=== EXERCISE DETAILS ===
Scan the entries below. Report each line where the string "IFCPRODUCTDEFINITIONSHAPE" occurs.
*** Opening RECORDS PROVIDED ***
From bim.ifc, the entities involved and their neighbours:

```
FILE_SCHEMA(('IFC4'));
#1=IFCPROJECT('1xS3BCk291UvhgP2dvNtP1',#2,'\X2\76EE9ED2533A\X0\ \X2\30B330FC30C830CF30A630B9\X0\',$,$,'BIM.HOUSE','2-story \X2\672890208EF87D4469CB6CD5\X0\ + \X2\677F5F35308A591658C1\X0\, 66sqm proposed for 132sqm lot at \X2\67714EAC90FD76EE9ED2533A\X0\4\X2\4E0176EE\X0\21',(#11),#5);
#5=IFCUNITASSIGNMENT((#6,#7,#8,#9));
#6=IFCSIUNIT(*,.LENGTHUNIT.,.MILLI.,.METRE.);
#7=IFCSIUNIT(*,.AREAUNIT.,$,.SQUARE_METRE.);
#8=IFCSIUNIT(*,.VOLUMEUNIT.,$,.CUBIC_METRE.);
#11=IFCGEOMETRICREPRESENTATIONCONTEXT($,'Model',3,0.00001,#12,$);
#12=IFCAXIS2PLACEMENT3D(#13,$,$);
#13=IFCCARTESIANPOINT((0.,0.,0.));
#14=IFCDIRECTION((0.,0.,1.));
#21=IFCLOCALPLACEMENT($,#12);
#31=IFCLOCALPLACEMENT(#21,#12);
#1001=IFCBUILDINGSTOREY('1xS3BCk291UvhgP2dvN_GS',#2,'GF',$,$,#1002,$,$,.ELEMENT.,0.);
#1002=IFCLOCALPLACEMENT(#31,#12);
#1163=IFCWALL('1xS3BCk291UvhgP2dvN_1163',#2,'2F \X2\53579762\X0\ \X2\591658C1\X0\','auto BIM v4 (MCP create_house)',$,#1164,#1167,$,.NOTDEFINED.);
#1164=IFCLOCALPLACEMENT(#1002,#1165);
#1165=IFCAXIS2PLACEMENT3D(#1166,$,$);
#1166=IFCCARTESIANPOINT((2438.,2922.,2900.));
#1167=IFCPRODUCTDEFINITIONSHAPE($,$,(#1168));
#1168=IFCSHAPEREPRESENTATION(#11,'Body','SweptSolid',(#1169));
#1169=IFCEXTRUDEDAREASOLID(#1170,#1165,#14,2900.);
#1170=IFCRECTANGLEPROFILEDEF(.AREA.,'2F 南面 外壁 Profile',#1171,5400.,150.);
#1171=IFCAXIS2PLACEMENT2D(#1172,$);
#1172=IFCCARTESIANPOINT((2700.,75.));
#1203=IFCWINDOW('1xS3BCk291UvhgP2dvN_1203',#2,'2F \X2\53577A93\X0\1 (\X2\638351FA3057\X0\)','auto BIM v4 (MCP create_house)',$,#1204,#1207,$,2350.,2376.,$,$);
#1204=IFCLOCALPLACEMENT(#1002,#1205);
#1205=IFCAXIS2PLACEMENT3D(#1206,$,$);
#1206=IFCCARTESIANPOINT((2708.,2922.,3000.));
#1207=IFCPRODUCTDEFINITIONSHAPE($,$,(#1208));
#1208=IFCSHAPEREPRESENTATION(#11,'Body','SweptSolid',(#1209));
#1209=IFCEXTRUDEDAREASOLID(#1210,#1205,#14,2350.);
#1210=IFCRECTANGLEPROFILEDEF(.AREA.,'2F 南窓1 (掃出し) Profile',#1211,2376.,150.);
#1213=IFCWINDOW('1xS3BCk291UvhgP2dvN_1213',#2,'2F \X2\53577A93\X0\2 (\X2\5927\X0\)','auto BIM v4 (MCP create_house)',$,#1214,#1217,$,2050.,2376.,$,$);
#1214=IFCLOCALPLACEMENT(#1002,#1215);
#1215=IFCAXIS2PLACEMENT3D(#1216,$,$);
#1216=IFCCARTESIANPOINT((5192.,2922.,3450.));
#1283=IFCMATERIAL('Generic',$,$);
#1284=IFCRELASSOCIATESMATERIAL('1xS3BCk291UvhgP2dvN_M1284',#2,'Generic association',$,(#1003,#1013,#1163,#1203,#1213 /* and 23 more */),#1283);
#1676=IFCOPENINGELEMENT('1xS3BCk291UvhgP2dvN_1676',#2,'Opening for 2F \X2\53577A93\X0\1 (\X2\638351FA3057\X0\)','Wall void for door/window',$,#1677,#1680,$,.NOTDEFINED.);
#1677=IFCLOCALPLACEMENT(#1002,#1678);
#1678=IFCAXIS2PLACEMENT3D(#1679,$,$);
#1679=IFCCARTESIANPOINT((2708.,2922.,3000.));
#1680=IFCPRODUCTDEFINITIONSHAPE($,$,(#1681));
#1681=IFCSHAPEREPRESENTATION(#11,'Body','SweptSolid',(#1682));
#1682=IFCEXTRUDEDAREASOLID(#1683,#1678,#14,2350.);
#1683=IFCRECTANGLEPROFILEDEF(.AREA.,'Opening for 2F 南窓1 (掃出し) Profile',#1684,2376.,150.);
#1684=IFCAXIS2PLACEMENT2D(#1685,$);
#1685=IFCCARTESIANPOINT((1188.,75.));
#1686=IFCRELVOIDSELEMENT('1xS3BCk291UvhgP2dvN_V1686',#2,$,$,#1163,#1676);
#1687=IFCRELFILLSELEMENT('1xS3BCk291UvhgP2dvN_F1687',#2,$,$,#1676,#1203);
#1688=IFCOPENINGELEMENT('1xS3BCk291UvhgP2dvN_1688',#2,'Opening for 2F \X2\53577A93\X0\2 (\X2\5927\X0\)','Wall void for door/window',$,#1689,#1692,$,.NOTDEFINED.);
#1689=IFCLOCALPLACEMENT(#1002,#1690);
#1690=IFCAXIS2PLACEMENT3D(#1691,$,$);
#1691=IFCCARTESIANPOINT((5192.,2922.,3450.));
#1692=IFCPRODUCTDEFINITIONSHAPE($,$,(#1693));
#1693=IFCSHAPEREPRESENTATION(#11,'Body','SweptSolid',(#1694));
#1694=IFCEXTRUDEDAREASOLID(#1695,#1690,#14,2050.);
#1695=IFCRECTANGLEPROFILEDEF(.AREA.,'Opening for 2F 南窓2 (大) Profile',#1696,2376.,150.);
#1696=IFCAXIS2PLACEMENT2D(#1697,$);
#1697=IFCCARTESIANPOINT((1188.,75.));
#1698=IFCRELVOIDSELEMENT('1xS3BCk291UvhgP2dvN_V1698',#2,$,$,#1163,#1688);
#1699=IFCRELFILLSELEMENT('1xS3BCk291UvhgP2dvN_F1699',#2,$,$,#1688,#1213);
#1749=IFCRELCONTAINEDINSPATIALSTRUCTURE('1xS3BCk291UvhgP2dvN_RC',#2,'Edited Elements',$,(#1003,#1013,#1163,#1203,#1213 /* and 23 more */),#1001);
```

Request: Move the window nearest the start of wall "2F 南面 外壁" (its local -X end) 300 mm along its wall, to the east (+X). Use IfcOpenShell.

```python
import ifcopenshell
import ifcopenshell.api.geometry
import ifcopenshell.util.placement
import ifcopenshell.util.unit

model = ifcopenshell.open("bim.ifc")
unit_scale = ifcopenshell.util.unit.calculate_unit_scale(model)

window = model.by_guid("1xS3BCk291UvhgP2dvN_1203")
opening = window.FillsVoids[0].RelatingOpeningElement
wall = opening.VoidsElements[0].RelatingBuildingElement

wall_matrix = ifcopenshell.util.placement.get_local_placement(wall.ObjectPlacement)
shift = wall_matrix[:3, 0] * 0.3 / unit_scale
before = ifcopenshell.util.placement.get_local_placement(window.ObjectPlacement)[:3, 3].copy()

# The window is not placed relative to its opening, so move both.
for product in (opening, window):
    matrix = ifcopenshell.util.placement.get_local_placement(product.ObjectPlacement)
    matrix[:3, 3] += shift
    ifcopenshell.api.geometry.edit_object_placement(model, product=product, matrix=matrix, is_si=False)

after = ifcopenshell.util.placement.get_local_placement(window.ObjectPlacement)[:3, 3]
print("window moved by", (after - before).round(3) + 0.0)

model.write("bim_v2.ifc")
```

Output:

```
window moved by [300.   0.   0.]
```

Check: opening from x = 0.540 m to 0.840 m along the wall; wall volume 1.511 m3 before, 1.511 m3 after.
*** Closing RECORDS PROVIDED ***
=== EXPECTED ANSWER ===
#1167=IFCPRODUCTDEFINITIONSHAPE($,$,(#1168));
#1207=IFCPRODUCTDEFINITIONSHAPE($,$,(#1208));
#1680=IFCPRODUCTDEFINITIONSHAPE($,$,(#1681));
#1692=IFCPRODUCTDEFINITIONSHAPE($,$,(#1693));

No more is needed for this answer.